Imaginary Girls(63)



I wasn’t sure what I’d seen. Had London just gone down to pay a visit to Olive while my sister sat there watching?

The phone in my pocket buzzed then, as if her eyes hung like stars in the night to record my every move through her town.

Her text said: wrk sucks. home soon. hope u want ice pops! bringing some for dinner

My fingers went to the keys of my phone to text her back. But what could I say—i saw u. i know ur not at work? Lie and make pretend and just go, ice pops for dinner yum?

I slipped the phone back in my pocket without a reply.

I crept out from behind the rock, fully intending to head back up to the house and wait for her to return home from “work,” thinking how I’d love an ice pop, hoping she brought back cherry, when there was a splash at my back. I turned to find the water settling, as if someone had shot up and plunged down before I could catch them.

I stepped closer to the water, until I was too close, until I was right there, the soles of my sandals up against its mouth. It was breathing.

Ruby had been clear when she said she didn’t want me swimming; I wasn’t going to defy her and dive in. I sure wasn’t going to come back up to the house all wet and have to explain how that happened, in case she got home before I could dry off.

All I did was slip one foot out of my sandal and dip in a single toe.

I let it touch the surface. I let it hold there, and I didn’t take it away.

The water was cold, as I’d heard London say, colder than you’d expect on a hot summer night. I let my foot dangle, the chill creeping up the length of me. Then, quick, I pulled my toe back and slipped on my sandal and stepped off the rocks.

Nothing happened tonight. Nothing I needed to tell Ruby about. Nothing with Owen. Nothing having to do with the reservoir. Nothing.

I was waiting to cross the road, letting a truck pass, when I heard the sound coasting through the trees. A low, creeping whistle choking and hissing and coughing out from the darkness.

I turned around to face the trees, and it decided to take that moment to stop.

But when I crossed the road, it started up again—growing fainter, the more distance I put between me and the reservoir, but still wanting to be heard. It reminded me of the shrieking hiss my sister had made when she was trying to imitate the old steam whistle. It sounded almost like that.

If it was a trick of my ears, it lasted all the way back up the hill, down the long length of porch the guys had been hammering at all day, and into the house, ever so faintly there even when I closed the door behind it, the sound seeping in through the window screens along with the chirps of the crickets.

I was still listening for it in the living room when my sister came in.

When she found me, her eyes narrowed. London wasn’t with her—maybe Ruby drove her home first. Her motorcycle boots were dripping with mud and her hair was partly wet and so was the hem of her slip and she smelled of it, the reservoir, she smelled of deep, dark things and untold secrets and all of what she was keeping from me, the first being that she never had a shift at Cumby’s. But she was the one to look at me all suspicious and say, “What are you doing, Chlo?”

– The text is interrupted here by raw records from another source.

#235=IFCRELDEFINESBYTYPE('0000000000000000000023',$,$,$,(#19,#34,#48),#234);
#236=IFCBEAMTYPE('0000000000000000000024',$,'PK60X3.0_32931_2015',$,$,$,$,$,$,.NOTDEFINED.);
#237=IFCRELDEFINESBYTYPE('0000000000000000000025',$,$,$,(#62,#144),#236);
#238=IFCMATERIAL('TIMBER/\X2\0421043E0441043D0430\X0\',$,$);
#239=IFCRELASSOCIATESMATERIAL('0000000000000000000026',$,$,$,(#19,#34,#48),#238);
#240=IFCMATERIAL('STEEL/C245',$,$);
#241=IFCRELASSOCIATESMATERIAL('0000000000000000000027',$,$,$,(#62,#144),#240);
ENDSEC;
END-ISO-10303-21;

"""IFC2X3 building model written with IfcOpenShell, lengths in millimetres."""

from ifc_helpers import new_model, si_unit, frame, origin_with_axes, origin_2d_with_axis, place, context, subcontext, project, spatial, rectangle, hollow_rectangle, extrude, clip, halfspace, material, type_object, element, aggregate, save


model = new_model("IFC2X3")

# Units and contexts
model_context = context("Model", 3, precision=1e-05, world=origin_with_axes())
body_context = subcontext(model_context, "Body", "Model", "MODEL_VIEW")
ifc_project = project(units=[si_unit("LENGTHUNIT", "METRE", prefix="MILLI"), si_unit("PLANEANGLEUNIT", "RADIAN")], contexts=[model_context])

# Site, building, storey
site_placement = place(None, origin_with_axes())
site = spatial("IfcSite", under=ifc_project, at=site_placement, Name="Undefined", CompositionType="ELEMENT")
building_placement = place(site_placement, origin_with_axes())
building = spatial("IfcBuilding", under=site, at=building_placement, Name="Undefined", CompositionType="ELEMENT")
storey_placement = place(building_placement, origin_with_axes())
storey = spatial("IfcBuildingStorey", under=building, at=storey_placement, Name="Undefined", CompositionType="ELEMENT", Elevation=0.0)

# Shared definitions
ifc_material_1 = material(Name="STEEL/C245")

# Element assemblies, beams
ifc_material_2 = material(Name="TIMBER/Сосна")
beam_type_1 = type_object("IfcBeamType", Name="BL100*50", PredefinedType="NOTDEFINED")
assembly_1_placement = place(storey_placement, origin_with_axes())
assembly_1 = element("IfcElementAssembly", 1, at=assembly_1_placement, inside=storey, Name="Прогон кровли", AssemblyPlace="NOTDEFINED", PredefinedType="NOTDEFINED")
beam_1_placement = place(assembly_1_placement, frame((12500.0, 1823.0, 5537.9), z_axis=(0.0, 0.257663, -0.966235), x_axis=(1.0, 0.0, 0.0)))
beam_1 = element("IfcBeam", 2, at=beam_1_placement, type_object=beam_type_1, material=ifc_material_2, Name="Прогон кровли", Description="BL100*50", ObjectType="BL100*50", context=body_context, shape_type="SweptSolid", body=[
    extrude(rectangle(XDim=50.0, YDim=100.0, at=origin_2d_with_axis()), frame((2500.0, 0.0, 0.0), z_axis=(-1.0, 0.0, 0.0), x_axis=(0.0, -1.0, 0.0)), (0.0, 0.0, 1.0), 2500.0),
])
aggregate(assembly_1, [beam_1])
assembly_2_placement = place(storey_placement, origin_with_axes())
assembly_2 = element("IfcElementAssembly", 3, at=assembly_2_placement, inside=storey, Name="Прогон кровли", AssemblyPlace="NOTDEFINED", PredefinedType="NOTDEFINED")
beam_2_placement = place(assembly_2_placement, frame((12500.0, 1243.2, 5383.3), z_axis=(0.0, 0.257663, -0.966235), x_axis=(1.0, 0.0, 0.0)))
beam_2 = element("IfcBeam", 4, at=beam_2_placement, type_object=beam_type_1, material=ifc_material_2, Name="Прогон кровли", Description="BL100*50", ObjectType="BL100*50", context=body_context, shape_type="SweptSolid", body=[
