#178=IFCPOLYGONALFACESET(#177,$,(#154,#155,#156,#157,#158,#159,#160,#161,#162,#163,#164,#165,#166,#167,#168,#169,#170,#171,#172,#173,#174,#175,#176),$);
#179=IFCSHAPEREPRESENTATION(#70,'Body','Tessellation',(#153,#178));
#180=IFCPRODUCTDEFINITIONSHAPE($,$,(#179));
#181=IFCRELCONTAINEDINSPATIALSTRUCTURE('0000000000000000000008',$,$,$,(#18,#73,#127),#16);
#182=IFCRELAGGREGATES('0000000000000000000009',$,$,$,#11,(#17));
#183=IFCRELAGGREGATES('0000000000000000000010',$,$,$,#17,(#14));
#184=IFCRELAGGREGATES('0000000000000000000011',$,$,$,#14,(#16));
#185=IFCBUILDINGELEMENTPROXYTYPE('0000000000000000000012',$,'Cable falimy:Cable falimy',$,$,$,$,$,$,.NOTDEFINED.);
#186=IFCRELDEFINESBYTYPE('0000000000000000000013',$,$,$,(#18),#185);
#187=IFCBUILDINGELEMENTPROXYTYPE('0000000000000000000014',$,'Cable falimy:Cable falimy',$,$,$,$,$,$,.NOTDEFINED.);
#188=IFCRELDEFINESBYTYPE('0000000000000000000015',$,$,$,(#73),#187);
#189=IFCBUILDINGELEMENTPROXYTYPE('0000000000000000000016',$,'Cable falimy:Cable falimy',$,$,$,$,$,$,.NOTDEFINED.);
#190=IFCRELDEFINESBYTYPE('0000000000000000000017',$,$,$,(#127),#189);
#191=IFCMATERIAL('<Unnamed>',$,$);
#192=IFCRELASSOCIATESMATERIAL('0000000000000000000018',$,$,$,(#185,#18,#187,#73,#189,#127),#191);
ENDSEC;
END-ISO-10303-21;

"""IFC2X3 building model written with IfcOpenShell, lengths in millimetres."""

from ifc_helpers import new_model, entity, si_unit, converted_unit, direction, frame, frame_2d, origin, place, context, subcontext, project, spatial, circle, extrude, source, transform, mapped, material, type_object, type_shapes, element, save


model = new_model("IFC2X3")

“Nothing,” I said. I watched her carefully to see if she could hear it, too, but she made no mention of it, the wheezing, whining hiss seeping in through the window. It was growing fainter now, letting the crickets drown it out.

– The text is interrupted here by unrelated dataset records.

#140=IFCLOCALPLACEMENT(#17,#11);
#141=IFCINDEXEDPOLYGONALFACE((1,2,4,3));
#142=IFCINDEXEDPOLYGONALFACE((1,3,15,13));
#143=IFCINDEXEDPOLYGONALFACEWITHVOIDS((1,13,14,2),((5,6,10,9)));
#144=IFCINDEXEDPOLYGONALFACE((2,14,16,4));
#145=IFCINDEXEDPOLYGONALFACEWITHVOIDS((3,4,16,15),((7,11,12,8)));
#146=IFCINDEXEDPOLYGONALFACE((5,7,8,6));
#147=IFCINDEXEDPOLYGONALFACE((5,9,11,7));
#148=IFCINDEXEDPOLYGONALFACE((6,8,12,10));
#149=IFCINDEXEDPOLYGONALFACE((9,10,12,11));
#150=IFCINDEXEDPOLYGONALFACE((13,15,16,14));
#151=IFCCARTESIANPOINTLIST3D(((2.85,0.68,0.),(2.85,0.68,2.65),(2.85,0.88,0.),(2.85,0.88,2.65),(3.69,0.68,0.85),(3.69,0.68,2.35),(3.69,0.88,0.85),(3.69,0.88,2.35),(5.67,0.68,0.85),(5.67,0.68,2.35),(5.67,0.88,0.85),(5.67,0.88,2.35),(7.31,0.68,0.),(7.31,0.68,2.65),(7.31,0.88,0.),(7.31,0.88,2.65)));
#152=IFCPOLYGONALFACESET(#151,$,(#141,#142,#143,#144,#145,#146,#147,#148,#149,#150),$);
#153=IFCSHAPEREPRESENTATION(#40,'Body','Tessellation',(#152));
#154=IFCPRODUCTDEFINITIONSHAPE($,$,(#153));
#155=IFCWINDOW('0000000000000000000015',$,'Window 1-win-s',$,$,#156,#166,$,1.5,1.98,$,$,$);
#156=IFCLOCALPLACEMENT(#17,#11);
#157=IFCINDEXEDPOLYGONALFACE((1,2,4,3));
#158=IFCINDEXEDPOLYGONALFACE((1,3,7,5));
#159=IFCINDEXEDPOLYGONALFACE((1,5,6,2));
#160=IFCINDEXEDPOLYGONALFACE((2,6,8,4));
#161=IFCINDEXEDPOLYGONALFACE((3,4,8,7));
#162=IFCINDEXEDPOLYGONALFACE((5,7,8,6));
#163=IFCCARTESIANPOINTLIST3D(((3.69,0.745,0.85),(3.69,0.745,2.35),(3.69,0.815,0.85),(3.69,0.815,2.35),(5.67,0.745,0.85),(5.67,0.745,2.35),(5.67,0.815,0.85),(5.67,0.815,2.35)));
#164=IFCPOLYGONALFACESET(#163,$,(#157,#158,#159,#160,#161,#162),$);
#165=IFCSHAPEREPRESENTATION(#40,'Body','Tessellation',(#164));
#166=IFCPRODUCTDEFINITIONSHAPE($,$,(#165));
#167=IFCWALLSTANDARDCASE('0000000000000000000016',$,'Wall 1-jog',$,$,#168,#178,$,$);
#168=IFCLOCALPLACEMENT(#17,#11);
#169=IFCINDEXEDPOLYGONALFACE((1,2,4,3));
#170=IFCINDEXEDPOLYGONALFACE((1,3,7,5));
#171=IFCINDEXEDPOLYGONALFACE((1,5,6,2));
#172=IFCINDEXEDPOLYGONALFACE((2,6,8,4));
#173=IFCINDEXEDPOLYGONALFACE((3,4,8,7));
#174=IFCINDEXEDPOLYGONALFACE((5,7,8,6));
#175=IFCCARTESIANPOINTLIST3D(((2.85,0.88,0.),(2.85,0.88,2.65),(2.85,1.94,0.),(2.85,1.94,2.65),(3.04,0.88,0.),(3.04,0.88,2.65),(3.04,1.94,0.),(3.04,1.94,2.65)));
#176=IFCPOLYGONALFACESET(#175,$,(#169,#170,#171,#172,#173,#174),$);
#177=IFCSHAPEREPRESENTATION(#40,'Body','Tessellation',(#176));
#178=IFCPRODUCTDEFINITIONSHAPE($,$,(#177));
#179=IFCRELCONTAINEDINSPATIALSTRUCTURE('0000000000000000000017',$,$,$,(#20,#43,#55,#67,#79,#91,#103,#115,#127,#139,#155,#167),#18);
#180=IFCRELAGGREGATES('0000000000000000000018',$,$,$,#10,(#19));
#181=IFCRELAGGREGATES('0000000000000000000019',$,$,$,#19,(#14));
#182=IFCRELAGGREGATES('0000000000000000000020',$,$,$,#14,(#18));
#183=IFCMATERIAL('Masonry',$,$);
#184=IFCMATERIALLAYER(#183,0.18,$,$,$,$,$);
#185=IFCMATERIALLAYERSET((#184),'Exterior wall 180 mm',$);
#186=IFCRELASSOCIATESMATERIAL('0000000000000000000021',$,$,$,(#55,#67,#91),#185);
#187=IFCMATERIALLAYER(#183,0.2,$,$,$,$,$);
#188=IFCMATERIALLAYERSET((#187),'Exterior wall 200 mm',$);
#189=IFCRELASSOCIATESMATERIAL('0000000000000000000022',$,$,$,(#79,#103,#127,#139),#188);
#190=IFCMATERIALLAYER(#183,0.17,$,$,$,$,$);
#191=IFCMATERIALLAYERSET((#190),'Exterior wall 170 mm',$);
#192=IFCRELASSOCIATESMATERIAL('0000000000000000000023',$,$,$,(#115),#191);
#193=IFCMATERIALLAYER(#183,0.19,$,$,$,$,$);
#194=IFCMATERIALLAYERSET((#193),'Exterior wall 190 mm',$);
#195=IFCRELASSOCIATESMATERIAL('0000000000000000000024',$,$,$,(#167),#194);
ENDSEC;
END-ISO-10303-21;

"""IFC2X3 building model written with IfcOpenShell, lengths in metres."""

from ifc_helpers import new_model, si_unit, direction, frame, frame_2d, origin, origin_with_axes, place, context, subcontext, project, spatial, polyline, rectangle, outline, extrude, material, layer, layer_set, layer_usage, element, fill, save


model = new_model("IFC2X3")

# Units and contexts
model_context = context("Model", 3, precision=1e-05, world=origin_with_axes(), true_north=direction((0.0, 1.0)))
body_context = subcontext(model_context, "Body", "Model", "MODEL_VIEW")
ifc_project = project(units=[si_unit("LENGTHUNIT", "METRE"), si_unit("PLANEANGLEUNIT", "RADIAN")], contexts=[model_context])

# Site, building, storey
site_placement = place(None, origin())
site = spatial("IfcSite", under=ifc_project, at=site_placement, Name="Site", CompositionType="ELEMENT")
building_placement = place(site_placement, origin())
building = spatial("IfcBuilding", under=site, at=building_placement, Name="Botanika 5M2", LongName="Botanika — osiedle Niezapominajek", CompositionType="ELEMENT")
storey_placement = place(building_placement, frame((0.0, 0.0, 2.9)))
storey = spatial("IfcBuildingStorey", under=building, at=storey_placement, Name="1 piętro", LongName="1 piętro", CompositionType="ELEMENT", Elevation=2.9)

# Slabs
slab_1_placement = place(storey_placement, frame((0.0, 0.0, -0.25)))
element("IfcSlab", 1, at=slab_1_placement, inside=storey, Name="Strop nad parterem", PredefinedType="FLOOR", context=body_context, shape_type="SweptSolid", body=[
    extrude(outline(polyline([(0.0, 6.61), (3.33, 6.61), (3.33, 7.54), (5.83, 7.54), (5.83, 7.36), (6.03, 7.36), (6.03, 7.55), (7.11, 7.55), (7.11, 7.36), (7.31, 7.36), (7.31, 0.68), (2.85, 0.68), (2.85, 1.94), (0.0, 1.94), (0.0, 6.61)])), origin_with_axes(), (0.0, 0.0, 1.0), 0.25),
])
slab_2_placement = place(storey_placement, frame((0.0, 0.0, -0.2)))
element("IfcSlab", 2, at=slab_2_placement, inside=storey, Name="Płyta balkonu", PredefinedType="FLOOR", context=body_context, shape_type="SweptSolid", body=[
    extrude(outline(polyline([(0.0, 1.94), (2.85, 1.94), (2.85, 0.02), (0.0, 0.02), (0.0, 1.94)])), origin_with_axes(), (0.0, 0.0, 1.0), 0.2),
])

“Did something happen while I was at work?” she said. “You look different.”

“No, of course not.” I immediately thought of my room upstairs. If any evidence of what happened was in there . . . if she’d been upstairs, if she’d seen. “Did you just get home?” I asked, thinking fast.

“Yeah, did you?”

“No, I mean, yeah, I mean I was only outside and I only just came in.”

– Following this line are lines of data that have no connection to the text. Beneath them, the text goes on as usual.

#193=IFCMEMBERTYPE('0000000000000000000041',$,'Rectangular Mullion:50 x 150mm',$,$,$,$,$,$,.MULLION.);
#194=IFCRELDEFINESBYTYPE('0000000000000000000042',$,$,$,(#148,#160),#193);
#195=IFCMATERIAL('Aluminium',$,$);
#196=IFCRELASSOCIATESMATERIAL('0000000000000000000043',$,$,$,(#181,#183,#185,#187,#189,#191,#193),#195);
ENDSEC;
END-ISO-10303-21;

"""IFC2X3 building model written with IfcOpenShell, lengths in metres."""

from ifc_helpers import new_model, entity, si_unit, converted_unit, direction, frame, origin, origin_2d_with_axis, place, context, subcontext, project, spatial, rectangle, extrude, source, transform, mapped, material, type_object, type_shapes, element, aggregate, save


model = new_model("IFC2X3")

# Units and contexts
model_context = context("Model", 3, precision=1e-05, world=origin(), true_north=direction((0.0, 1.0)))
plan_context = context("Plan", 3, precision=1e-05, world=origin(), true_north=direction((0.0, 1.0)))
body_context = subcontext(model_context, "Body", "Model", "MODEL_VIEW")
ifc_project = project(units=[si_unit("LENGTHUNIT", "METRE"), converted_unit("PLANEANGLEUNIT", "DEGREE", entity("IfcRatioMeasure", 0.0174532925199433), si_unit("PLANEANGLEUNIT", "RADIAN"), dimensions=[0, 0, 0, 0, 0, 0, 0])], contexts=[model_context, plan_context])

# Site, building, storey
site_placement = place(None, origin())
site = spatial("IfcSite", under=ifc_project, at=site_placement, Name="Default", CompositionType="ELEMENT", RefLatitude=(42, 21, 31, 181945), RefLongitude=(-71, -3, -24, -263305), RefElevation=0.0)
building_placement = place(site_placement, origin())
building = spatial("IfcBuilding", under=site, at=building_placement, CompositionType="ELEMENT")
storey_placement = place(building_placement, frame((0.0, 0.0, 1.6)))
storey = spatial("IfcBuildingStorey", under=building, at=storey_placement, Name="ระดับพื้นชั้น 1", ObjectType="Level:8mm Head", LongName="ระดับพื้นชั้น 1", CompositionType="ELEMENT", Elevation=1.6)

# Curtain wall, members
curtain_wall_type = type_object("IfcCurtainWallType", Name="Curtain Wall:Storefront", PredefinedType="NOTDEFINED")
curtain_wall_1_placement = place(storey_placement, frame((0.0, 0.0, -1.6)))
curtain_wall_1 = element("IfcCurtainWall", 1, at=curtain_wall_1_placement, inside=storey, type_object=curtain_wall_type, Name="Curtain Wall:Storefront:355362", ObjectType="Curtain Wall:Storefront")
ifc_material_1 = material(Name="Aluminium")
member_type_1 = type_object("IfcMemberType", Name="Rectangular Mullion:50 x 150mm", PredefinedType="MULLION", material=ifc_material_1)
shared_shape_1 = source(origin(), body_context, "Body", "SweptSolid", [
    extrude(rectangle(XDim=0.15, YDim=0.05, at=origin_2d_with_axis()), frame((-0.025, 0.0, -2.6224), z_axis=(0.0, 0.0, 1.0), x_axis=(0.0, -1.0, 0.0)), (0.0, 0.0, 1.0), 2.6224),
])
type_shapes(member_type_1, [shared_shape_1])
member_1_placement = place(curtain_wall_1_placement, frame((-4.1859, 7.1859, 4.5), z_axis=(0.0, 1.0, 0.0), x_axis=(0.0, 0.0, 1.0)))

She circled the love seat, coming closer.

“I think I’m ready for bed,” I said, going the other way and heading for the stairs. “I’m tired.”

“But the ice pops. They’re in the freezer.”

“It’s okay. I’ll make sure to have one for breakfast.”

She eyed me as I walked the stairs to the landing. She eyed my legs as they climbed. She eyed my back and, through it, my beating heart. I turned at the landing before the next set of stairs, before I’d leap the gate and slip back into my room to check my sheets. I said, as casually as I could, “I think I’m gonna sleep in my room tonight.”

All week, we’d been sharing the big bed in the master bedroom, lounging up on the high mattress like royalty, if overheated royalty, since there was no air-conditioning and we had to use electric fans. Sleeping in that room was one of the perks of having the gate up and making Jonah stay downstairs.